**WHAT YOU ARE ASKED TO DO**
The answer should consist of each line below that contains the word "IFCLOCALPLACEMENT".

Stored items:
::::::::

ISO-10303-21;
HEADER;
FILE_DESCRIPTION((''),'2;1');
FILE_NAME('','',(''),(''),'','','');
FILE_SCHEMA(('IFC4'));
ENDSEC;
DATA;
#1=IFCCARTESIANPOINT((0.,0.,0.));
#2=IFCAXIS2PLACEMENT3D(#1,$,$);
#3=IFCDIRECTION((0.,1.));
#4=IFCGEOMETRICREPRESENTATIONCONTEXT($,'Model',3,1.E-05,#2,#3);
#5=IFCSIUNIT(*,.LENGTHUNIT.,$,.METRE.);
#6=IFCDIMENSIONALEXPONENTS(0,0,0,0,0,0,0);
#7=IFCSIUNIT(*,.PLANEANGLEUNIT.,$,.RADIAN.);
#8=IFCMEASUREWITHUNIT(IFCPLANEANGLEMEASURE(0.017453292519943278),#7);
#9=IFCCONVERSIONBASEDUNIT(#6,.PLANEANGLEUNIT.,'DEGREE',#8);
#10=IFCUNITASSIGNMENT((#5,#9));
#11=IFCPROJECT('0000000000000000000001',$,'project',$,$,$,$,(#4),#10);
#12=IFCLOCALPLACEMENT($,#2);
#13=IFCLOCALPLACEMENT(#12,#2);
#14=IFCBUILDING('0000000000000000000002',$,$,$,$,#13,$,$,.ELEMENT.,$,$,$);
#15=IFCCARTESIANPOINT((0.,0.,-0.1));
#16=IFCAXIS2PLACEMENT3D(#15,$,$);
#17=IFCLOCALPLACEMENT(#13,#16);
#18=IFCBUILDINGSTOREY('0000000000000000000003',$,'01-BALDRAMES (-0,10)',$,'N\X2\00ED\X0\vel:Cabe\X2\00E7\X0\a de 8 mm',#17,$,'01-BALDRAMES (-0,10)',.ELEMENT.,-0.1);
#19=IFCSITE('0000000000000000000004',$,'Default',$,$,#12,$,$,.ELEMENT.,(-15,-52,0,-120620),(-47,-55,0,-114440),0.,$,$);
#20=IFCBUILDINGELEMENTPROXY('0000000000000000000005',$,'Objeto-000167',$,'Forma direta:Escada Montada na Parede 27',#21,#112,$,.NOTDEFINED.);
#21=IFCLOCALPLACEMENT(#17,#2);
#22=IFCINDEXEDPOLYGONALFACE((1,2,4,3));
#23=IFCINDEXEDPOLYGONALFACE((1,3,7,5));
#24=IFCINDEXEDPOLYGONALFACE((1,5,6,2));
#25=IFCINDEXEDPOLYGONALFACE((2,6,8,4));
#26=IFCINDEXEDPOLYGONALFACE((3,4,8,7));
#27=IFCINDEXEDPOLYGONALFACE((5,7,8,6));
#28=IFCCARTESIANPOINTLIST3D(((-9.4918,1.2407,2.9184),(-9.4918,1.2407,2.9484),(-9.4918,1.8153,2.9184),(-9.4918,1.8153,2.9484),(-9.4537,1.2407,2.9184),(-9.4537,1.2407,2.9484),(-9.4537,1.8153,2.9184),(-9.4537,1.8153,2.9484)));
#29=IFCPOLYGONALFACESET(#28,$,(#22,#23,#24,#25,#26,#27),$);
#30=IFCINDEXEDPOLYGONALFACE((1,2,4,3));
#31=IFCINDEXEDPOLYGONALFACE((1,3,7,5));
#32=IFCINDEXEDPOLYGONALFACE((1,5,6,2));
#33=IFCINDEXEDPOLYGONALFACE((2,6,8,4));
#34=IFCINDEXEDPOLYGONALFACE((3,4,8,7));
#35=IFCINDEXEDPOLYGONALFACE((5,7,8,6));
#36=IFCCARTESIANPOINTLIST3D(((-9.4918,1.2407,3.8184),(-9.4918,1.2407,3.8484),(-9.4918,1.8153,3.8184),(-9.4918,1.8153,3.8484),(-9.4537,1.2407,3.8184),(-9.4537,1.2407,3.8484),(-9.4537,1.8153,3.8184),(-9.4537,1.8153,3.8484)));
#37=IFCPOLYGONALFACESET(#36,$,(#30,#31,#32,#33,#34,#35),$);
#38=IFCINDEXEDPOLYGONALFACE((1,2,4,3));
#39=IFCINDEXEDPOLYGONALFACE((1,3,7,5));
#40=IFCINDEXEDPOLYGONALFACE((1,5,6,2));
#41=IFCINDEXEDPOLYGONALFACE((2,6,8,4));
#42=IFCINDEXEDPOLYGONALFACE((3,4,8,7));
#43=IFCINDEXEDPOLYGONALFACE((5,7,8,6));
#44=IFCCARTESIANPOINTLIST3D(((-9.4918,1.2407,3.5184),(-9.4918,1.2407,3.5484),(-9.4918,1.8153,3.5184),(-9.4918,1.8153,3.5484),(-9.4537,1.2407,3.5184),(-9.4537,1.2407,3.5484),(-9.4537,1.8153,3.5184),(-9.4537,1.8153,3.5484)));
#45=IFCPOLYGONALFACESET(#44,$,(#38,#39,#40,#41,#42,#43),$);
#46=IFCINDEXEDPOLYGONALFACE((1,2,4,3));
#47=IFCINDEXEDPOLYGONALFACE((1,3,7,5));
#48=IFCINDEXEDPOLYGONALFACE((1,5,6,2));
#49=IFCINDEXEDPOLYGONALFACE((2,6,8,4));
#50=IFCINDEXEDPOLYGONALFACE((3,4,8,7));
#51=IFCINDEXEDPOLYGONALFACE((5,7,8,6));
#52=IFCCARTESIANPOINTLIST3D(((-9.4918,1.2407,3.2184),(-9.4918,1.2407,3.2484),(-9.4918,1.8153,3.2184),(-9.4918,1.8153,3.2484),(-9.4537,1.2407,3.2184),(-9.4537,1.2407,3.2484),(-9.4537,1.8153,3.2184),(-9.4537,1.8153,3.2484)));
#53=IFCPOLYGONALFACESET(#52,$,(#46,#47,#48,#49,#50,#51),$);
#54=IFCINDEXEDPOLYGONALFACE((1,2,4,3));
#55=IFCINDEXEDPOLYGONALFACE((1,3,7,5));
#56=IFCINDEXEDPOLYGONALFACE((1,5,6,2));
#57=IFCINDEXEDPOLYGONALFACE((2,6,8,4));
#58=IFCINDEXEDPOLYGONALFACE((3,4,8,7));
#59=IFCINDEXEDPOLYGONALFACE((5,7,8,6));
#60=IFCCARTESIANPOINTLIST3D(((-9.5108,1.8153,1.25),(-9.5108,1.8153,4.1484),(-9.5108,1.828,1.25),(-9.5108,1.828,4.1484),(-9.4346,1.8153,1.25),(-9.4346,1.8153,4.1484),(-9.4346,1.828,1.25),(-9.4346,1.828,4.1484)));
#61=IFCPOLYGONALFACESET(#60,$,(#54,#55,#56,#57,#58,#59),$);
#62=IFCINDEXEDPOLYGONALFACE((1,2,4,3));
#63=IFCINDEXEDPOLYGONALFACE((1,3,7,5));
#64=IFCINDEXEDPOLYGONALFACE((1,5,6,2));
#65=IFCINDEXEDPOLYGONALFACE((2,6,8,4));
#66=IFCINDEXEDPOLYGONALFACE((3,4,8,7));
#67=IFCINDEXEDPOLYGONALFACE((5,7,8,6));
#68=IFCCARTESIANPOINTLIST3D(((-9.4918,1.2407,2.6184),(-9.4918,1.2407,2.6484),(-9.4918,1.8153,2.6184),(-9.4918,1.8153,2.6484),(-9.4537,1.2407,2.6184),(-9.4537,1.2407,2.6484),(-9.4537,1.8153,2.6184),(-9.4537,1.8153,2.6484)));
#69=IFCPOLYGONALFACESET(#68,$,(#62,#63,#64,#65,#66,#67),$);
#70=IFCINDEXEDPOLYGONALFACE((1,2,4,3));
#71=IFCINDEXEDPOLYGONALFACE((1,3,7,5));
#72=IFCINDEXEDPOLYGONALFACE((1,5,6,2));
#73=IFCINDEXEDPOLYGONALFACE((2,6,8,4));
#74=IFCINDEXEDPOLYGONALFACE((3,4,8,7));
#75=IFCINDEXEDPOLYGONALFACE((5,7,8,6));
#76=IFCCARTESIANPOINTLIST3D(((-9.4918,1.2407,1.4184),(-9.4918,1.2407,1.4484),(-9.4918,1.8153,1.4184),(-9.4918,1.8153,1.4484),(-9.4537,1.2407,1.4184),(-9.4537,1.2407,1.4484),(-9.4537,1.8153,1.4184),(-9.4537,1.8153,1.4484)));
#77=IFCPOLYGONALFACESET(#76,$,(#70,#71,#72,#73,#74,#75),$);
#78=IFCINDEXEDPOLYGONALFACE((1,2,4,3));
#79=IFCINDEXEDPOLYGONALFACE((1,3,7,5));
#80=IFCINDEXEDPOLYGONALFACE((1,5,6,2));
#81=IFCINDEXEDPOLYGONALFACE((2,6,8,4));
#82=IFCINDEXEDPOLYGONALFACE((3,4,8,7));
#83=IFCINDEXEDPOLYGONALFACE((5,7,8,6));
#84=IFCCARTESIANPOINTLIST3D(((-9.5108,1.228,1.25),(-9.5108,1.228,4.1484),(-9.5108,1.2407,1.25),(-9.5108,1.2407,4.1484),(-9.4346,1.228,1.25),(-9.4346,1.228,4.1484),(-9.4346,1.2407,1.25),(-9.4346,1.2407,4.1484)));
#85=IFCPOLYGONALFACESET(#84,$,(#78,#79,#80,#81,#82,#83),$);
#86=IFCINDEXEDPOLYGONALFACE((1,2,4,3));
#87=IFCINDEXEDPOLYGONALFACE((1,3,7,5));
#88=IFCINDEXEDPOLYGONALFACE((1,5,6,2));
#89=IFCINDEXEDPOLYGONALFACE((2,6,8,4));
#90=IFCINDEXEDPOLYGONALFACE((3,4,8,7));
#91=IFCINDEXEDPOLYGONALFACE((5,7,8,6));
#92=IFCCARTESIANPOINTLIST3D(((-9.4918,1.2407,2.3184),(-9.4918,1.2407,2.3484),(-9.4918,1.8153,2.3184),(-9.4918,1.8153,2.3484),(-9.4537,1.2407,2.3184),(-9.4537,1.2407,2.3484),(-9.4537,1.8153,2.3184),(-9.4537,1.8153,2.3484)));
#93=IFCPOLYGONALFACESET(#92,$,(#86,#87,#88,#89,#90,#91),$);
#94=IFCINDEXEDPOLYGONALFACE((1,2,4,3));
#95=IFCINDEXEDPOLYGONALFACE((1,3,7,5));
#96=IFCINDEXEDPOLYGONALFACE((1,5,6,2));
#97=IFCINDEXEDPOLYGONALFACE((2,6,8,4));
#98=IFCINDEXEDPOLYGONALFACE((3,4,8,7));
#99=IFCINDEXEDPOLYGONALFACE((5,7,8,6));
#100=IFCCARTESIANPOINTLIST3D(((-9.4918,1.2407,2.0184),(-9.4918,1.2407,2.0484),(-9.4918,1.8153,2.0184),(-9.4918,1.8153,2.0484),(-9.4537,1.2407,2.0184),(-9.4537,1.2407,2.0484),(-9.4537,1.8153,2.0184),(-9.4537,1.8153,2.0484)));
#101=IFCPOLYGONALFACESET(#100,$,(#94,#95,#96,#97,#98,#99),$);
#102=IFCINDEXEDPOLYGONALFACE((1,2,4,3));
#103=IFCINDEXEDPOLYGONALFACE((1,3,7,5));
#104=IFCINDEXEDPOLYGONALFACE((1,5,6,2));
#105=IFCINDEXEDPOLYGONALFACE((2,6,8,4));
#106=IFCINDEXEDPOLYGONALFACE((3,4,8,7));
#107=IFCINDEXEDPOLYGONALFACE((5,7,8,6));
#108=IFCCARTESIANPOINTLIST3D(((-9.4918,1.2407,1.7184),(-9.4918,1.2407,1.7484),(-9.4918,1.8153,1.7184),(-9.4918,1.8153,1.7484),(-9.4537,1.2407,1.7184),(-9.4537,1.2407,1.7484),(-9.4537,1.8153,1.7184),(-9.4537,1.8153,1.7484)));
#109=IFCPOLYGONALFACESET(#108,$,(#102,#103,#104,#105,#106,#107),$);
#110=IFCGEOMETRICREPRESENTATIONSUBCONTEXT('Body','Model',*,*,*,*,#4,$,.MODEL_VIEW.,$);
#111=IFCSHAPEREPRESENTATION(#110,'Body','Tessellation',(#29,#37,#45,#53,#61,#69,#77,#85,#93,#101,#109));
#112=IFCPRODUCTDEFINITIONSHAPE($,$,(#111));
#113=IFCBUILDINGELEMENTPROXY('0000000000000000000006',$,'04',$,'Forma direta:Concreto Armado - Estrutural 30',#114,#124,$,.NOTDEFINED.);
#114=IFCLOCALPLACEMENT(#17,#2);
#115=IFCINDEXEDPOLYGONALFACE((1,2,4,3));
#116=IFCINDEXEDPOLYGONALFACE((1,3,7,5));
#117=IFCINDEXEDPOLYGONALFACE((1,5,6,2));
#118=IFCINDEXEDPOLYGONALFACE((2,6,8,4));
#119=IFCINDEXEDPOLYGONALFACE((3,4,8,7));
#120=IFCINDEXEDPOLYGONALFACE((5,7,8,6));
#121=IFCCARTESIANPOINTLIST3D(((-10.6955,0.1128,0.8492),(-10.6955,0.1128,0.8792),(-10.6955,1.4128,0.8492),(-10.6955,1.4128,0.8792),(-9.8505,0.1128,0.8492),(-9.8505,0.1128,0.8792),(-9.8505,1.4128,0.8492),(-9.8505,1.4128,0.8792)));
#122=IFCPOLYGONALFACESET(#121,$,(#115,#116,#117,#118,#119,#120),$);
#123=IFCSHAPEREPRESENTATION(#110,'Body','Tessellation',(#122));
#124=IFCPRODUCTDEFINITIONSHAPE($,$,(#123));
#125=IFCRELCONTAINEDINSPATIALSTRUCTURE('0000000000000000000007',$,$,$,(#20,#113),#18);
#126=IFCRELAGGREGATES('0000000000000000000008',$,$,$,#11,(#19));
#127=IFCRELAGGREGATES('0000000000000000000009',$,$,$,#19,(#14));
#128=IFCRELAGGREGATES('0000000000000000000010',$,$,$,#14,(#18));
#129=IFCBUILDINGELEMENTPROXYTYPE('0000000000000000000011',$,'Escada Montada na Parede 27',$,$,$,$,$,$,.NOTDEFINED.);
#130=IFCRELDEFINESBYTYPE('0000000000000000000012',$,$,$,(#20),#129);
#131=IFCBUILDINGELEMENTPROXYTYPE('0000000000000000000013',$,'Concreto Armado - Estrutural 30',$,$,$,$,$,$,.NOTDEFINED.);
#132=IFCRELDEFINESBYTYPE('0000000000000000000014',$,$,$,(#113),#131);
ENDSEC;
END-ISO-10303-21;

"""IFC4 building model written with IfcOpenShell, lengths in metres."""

from ifc_helpers import new_model, entity, si_unit, converted_unit, direction, frame, origin, place, context, subcontext, project, spatial, indexed_curve, outline, extrude, type_object, element, save


model = new_model("IFC4")

# Units and contexts
model_context = context("Model", 3, precision=1e-05, world=origin(), true_north=direction((0.0, 1.0)))
body_context = subcontext(model_context, "Body", "Model", "MODEL_VIEW")
ifc_project = project(units=[si_unit("LENGTHUNIT", "METRE"), converted_unit("PLANEANGLEUNIT", "DEGREE", entity("IfcPlaneAngleMeasure", 0.017453292519943278), si_unit("PLANEANGLEUNIT", "RADIAN"), dimensions=[0, 0, 0, 0, 0, 0, 0])], contexts=[model_context])

# Site, building, storey
site_placement = place(None, origin())
site = spatial("IfcSite", under=ifc_project, at=site_placement, Name="Default", CompositionType="ELEMENT", RefLatitude=(-15, -52, 0, -120620), RefLongitude=(-47, -55, 0, -114440), RefElevation=0.0)
building_placement = place(site_placement, origin())
building = spatial("IfcBuilding", under=site, at=building_placement, CompositionType="ELEMENT")
storey_placement = place(building_placement, frame((0.0, 0.0, -0.1)))
storey = spatial("IfcBuildingStorey", under=building, at=storey_placement, Name="01-BALDRAMES (-0,10)", ObjectType="Nível:Cabeça de 8 mm", LongName="01-BALDRAMES (-0,10)", CompositionType="ELEMENT", Elevation=-0.1)

# Building element proxies
building_element_proxy_type_1 = type_object("IfcBuildingElementProxyType", Name="Escada Montada na Parede 27", PredefinedType="NOTDEFINED")
proxy_1_placement = place(storey_placement, origin())
element("IfcBuildingElementProxy", 1, at=proxy_1_placement, inside=storey, type_object=building_element_proxy_type_1, Name="Objeto-000167", ObjectType="Forma direta:Escada Montada na Parede 27", PredefinedType="NOTDEFINED", context=body_context, shape_type="SweptSolid", body=[
    extrude(outline(indexed_curve([(-0.0191, -0.2873), (0.019, -0.2873), (0.0191, 0.2873), (-0.019, 0.2873), (-0.0191, -0.2873)], self_intersect=False)), frame((-9.4727, 1.528, 2.9184), z_axis=(0.0, 0.0, 1.0), x_axis=(-1.0, -0.000006, 0.0)), (0.0, 0.0, 1.0), 0.03),
    extrude(outline(indexed_curve([(-0.0191, -0.2873), (0.019, -0.2873), (0.0191, 0.2873), (-0.019, 0.2873), (-0.0191, -0.2873)], self_intersect=False)), frame((-9.4727, 1.528, 3.8184), z_axis=(0.0, 0.0, 1.0), x_axis=(-1.0, -0.000006, 0.0)), (0.0, 0.0, 1.0), 0.03),
    extrude(outline(indexed_curve([(-0.0191, -0.2873), (0.019, -0.2873), (0.0191, 0.2873), (-0.019, 0.2873), (-0.0191, -0.2873)], self_intersect=False)), frame((-9.4727, 1.528, 3.5184), z_axis=(0.0, 0.0, 1.0), x_axis=(-1.0, -0.000006, 0.0)), (0.0, 0.0, 1.0), 0.03),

::::::::

**RESULT OF THE TASK**
#12=IFCLOCALPLACEMENT($,#2);
#13=IFCLOCALPLACEMENT(#12,#2);
#17=IFCLOCALPLACEMENT(#13,#16);
#21=IFCLOCALPLACEMENT(#17,#2);
#114=IFCLOCALPLACEMENT(#17,#2);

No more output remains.